Betsy DeVos, secretary of Education, said in the department release the administration is dedicated to “protecting the First Amendment rights of students, teachers, and faith-based institutions. Students should not be forced to choose between their faith and their education, and an institution controlled by a religious organization should not have to sacrifice its religious beliefs to participate in Department grants and programs.”

InterVarsity Christian Fellowship, one of the country’s largest campus ministries, said the rule was a necessity.

“[S]ome universities would give official recognition only to certain faith-based groups, while rejecting others,” said Greg Jao, InterVarsity’s director of external relations, in the ERLC release. “What made the student groups who were denied recognition different? They expected their student leaders to agree with their religious beliefs. The recognized groups did not.”

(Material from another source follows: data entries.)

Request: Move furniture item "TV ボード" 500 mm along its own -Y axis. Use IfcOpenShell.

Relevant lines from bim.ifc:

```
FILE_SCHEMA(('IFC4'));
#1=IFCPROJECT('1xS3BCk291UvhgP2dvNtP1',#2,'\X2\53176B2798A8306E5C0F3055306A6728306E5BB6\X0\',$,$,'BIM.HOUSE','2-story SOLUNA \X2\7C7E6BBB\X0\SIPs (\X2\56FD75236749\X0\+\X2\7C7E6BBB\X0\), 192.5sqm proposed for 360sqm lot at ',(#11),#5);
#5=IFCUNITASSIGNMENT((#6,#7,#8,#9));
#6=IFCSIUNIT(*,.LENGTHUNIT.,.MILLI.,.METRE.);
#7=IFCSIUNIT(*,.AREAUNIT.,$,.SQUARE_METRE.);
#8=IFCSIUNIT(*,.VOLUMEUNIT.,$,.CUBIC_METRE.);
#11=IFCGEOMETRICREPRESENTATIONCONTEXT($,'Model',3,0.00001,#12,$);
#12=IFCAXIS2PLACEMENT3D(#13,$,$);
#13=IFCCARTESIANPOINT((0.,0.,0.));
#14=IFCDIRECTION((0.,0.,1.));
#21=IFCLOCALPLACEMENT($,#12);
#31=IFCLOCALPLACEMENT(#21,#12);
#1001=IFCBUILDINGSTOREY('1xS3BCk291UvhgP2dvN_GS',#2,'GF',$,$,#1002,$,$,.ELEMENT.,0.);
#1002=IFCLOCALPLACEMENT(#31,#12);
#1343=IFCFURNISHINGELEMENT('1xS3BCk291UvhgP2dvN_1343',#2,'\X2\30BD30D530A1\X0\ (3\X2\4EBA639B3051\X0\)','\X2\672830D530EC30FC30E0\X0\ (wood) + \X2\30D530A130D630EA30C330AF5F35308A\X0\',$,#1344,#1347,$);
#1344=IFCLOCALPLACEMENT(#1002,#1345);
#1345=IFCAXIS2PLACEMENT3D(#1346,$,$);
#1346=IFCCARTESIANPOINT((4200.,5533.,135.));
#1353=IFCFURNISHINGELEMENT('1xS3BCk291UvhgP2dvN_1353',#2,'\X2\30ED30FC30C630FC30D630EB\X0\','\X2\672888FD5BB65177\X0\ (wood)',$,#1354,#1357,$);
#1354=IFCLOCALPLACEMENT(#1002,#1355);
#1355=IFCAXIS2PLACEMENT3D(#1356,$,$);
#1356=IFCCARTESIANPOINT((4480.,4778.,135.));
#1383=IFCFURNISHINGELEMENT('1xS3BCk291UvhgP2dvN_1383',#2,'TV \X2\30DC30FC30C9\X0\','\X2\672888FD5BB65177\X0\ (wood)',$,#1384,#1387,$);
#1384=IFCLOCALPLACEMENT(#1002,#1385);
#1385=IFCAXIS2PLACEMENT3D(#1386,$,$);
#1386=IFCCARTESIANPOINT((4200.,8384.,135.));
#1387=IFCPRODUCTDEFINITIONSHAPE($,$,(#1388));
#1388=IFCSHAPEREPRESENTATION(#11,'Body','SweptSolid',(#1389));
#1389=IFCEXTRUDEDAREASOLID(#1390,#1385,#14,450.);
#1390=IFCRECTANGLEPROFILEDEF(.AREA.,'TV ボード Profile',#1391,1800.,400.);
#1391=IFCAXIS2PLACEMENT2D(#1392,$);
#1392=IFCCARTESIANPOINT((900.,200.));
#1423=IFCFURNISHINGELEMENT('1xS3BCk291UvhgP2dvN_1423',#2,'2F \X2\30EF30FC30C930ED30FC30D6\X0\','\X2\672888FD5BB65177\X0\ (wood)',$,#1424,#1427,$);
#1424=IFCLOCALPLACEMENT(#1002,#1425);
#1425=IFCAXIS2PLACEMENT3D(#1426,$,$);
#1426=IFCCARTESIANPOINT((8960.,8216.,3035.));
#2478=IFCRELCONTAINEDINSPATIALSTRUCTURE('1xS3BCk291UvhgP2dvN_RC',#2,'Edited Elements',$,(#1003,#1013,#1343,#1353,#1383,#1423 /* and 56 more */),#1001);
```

```python
import ifcopenshell
import ifcopenshell.api.geometry
import ifcopenshell.util.placement
import ifcopenshell.util.unit

model = ifcopenshell.open("bim.ifc")
unit_scale = ifcopenshell.util.unit.calculate_unit_scale(model)

item = model.by_guid("1xS3BCk291UvhgP2dvN_1383")
matrix = ifcopenshell.util.placement.get_local_placement(item.ObjectPlacement)
matrix[:3, 3] -= matrix[:3, 1] * 0.5 / unit_scale
ifcopenshell.api.geometry.edit_object_placement(model, product=item, matrix=matrix, is_si=False)

print(ifcopenshell.util.placement.get_local_placement(item.ObjectPlacement).round(3) + 0.0)

model.write("bim_edited.ifc")
```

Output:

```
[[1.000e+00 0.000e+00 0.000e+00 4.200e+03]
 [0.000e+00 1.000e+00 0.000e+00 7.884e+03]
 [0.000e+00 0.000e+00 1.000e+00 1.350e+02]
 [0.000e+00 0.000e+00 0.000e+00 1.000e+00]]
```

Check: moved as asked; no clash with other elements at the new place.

Public institutions such as the University of Iowa and California State University have removed InterVarsity from official recognition on their campuses. InterVarsity’s membership is open to all who would like to participate, but it requires its leaders to agree to its statement of Christian faith.

David Nammo, Christian Legal Society’s executive director, described the rule as a “common-sense protection for religious student groups’ right to choose leaders who share their religious beliefs and mission. For nearly forty years, religious students have been discriminated against because of their religious beliefs and speech. This new protection will deter future discrimination against religious students.”